In Indian public life, the standard response to such criticism is to reconceptualise
Indian culture as some sort of a grocery store and to recommend that one
should take from it the good and reject the bad. This is absurd and smacks
of arrogance. Indian culture represents the assessments and experience
of millions, acquired over generations. It has its own organising principles.
It cannot be used like an array of commodities at the mercy of casual
purchasers. In any case, diversity, to qualify as diversity, must allow
those who represent the diversity to be diverse in their own ways, according
to their own categories, not ours. We shall have to learn to live with
the discomfort of seeing people using these categories, even when they
are not fully transparent to us.
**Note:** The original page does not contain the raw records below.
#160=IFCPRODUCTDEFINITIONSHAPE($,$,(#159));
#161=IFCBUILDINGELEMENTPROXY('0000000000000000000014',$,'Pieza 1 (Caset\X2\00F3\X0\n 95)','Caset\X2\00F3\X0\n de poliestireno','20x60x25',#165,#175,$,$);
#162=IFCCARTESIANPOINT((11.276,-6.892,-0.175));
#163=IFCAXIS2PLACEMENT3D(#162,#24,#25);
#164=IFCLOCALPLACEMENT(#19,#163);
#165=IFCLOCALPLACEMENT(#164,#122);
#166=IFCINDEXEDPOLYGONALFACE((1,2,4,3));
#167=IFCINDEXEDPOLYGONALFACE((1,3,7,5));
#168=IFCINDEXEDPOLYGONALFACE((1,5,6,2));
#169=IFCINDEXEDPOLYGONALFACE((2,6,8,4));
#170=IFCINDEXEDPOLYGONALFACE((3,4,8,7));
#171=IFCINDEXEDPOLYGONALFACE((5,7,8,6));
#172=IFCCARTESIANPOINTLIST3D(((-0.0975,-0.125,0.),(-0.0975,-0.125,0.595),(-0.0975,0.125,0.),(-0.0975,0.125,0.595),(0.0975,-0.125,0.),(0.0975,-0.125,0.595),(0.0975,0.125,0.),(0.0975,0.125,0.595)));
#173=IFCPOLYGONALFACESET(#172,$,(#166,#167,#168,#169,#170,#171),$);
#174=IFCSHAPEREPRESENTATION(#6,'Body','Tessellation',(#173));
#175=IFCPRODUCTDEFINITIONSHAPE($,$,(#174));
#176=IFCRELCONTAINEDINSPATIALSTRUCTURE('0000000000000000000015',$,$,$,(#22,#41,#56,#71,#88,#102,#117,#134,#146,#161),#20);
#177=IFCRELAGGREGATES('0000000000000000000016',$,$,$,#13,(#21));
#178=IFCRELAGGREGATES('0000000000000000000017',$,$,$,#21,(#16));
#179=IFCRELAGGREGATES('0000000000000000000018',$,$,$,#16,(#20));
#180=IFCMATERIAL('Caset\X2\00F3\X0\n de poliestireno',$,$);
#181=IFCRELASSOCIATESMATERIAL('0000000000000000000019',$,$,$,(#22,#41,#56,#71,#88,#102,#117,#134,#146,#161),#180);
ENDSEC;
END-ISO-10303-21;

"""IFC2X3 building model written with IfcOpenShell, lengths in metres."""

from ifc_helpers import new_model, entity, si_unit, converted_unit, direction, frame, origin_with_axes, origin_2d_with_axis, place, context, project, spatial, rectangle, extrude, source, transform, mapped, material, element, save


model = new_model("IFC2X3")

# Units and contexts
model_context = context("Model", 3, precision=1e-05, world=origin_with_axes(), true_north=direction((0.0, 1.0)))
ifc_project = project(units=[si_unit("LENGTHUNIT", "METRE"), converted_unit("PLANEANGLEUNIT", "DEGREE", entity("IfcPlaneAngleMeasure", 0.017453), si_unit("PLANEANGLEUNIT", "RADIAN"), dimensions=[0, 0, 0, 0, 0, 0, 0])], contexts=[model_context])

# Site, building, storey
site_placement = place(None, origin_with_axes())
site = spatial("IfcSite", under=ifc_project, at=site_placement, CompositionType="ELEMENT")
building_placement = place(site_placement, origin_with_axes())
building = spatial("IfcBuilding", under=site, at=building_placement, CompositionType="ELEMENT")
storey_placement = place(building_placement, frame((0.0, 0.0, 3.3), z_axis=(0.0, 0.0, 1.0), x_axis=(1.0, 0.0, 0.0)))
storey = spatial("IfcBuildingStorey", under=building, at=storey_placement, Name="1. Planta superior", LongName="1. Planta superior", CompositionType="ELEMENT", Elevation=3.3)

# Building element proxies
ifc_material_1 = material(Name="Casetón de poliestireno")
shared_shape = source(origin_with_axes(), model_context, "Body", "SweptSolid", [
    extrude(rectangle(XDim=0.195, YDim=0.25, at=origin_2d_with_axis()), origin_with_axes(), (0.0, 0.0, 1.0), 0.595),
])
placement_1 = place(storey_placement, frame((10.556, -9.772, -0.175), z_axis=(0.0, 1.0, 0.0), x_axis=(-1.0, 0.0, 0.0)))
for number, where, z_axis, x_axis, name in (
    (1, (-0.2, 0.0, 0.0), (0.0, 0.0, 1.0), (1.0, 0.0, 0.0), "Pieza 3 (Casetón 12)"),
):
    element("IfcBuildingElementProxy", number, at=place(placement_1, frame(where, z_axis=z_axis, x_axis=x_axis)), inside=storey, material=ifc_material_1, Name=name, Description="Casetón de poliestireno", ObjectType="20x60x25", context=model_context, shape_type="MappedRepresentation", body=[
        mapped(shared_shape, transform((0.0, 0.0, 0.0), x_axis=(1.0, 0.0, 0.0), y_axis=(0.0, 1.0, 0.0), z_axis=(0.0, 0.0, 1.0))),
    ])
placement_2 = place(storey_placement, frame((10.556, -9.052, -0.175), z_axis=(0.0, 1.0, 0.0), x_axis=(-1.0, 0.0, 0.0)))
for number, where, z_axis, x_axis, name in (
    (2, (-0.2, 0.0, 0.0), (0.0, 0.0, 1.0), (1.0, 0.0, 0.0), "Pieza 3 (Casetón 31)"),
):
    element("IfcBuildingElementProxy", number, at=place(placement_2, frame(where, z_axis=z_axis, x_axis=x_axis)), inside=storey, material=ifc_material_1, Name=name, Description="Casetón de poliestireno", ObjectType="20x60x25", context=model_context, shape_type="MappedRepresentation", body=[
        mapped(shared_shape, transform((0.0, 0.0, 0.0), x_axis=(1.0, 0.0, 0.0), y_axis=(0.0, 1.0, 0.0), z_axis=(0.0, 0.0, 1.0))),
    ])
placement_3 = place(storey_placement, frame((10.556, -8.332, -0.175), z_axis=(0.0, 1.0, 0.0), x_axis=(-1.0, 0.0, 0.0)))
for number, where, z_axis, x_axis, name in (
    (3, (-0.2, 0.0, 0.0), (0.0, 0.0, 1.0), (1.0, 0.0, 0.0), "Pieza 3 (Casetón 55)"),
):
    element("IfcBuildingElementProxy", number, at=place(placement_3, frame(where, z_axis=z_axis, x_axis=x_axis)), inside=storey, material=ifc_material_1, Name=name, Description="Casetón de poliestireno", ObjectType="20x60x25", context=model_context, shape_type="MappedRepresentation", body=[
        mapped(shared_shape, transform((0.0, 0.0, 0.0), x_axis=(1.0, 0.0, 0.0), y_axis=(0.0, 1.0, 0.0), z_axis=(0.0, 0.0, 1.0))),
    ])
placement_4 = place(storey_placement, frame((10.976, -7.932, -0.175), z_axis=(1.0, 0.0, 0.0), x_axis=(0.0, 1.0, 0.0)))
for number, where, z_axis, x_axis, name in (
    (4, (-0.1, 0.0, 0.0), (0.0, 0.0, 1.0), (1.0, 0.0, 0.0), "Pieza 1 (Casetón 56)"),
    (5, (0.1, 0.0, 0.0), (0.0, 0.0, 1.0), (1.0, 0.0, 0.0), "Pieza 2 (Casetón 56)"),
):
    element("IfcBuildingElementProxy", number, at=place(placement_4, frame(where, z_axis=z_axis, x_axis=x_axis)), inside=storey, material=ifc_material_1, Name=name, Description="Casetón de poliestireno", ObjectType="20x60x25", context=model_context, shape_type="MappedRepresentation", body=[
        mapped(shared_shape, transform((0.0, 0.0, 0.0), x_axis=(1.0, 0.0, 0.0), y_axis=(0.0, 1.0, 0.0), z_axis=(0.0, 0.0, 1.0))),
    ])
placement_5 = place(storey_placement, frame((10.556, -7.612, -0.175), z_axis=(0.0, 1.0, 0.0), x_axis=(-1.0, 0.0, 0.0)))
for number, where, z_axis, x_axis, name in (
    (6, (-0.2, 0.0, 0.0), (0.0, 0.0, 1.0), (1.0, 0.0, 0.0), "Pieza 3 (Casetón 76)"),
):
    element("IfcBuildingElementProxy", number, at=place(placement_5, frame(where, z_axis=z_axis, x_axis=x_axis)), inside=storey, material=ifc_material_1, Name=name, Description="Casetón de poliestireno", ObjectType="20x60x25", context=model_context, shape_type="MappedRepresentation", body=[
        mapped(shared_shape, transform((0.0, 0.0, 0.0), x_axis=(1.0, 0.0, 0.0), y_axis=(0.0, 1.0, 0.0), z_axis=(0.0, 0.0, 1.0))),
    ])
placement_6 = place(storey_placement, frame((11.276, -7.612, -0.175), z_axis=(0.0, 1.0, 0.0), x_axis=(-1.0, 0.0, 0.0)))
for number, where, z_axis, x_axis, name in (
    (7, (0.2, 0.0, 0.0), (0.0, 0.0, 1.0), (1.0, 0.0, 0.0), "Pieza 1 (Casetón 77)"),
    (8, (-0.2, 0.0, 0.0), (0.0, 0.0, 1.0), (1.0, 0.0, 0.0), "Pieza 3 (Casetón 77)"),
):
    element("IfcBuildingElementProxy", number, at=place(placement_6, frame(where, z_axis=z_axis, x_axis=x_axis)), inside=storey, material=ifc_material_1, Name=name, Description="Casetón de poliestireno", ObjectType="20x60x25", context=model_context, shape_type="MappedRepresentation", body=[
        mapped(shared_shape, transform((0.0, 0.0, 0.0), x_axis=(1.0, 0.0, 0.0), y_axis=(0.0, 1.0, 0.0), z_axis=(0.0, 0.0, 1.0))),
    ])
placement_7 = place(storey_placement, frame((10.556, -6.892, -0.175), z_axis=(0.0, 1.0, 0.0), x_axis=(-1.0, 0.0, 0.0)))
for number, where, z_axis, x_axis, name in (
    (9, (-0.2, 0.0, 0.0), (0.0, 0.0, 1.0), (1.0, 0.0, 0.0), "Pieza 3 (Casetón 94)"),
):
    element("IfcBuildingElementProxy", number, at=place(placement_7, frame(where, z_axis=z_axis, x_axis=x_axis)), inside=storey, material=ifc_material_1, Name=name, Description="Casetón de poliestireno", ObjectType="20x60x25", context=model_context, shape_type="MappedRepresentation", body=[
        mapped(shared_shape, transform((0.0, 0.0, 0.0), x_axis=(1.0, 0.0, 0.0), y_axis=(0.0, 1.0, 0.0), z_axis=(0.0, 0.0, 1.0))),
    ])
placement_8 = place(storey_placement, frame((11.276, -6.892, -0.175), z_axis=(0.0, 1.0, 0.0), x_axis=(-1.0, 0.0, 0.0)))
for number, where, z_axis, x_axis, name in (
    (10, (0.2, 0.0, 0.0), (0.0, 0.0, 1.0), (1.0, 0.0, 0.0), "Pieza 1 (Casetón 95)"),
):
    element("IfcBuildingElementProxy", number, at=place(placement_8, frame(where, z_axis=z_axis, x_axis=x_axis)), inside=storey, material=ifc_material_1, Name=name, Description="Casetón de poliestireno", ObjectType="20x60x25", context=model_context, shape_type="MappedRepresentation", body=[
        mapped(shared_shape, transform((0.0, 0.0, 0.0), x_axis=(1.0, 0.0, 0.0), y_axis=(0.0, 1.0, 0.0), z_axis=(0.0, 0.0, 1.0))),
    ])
For the true tolerance of diversity is
the tolerance of incommensurable multiple worlds of culture and systems
of knowledge. In this kind of tolerance, there is always the assumption
that all the cultures covered by the idea of plurality are not and need
not be entirely transparent, because there cannot but be a touch of mystery
in the world of cultures.
My ideal India celebrates all forms of diversity, including some that
are disreputable, lowbrow and unfashionable. It is a bit like a wildlife
programme that cannot afford to protect only cuddly pandas and colourful
tigers. It is an India were even the idea of majority is confined to political
and economic spheres and is seen as shifting, plural and fuzzy, where
each and every culture, however modest or humble, not only has a place
under the sun but is also celebrated as a vital component of our collective
life. That may not turn out to be an empty dream. I see all around me
movements and activists unashamedly rooted in the local and the vernacular.
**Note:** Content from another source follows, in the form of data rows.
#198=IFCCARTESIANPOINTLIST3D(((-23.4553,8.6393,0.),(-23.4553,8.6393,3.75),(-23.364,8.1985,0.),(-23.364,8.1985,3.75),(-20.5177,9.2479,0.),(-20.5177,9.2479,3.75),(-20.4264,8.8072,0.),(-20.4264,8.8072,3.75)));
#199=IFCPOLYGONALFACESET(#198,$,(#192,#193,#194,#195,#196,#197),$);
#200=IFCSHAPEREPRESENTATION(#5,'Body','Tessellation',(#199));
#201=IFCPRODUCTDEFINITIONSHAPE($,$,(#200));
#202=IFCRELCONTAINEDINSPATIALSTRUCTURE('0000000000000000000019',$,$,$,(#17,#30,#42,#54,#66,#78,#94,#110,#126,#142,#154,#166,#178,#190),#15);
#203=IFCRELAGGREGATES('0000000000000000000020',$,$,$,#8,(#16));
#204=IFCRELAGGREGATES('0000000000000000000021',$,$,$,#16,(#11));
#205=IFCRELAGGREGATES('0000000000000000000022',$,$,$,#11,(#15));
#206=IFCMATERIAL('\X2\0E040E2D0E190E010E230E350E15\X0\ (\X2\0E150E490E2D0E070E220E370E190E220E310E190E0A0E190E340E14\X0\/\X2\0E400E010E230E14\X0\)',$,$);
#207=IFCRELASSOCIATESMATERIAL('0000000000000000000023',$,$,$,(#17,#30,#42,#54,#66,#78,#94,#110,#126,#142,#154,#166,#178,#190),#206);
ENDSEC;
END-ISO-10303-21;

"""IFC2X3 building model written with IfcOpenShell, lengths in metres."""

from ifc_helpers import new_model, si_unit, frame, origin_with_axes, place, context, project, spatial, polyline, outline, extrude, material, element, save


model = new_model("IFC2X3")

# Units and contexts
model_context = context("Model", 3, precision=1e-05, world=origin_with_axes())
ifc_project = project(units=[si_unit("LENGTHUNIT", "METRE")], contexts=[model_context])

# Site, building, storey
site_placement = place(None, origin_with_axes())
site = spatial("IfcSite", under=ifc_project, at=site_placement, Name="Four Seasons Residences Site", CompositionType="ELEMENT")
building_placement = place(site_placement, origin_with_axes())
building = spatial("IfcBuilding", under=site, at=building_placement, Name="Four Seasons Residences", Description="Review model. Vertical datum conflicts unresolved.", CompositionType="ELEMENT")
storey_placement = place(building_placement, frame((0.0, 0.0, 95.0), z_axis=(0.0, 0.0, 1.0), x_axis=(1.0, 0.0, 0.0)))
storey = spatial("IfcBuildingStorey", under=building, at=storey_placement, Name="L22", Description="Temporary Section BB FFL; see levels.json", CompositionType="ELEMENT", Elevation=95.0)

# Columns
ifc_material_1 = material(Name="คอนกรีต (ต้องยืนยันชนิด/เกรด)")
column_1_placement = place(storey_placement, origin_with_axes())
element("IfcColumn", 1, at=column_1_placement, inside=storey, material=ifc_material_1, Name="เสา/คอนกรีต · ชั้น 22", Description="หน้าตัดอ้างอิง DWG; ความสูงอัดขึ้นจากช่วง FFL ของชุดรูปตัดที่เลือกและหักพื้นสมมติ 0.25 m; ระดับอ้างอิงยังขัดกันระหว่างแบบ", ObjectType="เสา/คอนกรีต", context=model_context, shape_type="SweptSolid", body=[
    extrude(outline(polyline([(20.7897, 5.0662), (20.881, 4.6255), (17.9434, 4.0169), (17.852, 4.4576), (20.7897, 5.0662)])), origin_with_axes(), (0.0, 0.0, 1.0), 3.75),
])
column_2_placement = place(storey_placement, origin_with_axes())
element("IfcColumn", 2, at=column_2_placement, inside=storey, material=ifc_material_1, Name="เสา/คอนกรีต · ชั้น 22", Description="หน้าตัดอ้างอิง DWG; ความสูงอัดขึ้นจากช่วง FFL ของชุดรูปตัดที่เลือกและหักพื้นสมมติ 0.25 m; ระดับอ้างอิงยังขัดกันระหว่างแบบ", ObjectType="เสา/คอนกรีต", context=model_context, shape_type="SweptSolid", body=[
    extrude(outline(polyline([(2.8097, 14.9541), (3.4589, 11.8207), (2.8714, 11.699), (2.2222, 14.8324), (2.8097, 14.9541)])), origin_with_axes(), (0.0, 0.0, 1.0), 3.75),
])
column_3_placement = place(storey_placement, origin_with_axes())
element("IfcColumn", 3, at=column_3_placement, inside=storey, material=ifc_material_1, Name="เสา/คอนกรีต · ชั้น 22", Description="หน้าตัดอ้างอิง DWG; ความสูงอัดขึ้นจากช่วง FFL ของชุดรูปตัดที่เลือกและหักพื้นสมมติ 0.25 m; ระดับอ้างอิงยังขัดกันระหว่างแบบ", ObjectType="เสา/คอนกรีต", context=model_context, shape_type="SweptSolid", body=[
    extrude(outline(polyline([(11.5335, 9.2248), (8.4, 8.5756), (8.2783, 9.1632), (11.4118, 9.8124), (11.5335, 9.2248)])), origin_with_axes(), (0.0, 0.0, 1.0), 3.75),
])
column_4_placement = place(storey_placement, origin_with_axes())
They are less defensive about their cultural roots and are working to
empower not merely local communities, but also their diverse systems of
knowledge, philosophies, art and crafts.
Underlying these efforts is a tacit celebration of everyday life and ordinary
citizens. Everything in everyday life and ordinariness is not praiseworthy
and many of these efforts seem to me harebrained, pigheaded or plain silly.
But they represent a generation that is less burdened by nineteenth-century
ideologies masquerading as signposts to a new era and at least some of
them show the capacity to look at human suffering directly, without the
aid of ornate, newly imported social theories.